The nonselective nicotinic receptor antagonist mecamylamine was administered before nicotine pretreatment in order to determine of the nicotinic receptor mediated the nicotine-induced enhancement of amphetamine. Rats were injected with saline (●, ○) or mecamylamine (▾) 1 h prior to the pretreatment (saline (●) or 0.32 mg/kg nicotine (○)), and the amphetamine challenge (0.32 mg/kg) was administered 4 h later.

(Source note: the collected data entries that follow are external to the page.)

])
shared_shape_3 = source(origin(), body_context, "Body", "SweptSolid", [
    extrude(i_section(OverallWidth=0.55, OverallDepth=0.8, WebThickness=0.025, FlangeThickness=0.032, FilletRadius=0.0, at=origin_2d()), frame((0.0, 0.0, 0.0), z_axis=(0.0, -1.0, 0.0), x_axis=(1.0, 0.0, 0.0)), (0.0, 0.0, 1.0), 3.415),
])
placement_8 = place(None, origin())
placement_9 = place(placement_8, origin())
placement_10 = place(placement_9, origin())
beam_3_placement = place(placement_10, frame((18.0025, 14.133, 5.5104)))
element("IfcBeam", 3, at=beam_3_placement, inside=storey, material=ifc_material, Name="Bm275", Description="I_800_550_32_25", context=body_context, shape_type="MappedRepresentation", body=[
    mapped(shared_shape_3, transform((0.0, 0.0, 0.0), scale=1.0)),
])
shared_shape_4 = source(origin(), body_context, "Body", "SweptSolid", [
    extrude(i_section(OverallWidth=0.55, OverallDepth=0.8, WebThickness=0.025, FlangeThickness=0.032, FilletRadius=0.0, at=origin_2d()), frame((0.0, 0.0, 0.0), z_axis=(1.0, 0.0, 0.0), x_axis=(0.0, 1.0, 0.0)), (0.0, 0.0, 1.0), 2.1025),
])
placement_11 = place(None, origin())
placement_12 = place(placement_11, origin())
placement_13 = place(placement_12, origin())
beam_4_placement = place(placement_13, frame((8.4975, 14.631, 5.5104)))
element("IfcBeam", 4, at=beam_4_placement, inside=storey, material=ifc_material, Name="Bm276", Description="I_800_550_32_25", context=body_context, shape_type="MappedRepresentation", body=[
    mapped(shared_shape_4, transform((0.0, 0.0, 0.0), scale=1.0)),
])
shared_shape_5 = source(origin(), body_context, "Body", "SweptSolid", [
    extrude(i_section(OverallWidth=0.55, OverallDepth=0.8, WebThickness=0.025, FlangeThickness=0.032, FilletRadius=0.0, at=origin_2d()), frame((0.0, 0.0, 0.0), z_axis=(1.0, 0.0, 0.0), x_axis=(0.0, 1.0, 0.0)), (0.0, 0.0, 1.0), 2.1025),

These data show the data collected following the amphetamine challenge in terms of (a) time course or (b) total activity counts for 90 min following challenge injection. ** p<0.01 as compared with sal + sal pretreatment, ## p<0.01 as compared with sal + nic pretreatment.

Figure 6.

The effects of nicotine pretreatment on locomotor activity induced by other psychomotor stimulants: (a) cocaine, (b) nomifensine, (c) methamphetamine, or (d) the direct dopamine D1 agonist SKF81297. Saline or 0.32 mg/kg nicotine (i.p.) was administered 2 h prior to 3.2 mg/kg cocaine, 1.0 mg/kg nomifensine, 0.56 mg/kg methamphetamine, 0.32 mg/kg SKF81297, or 1.0 mg/kg SKF81297. For comparison, saline alone stimulates approximately 200 counts of activity. Data are expressed as total locomotor activity counts for 90 min following the challenge injection ± sem. * p<0.05 as compared with saline pretreatment.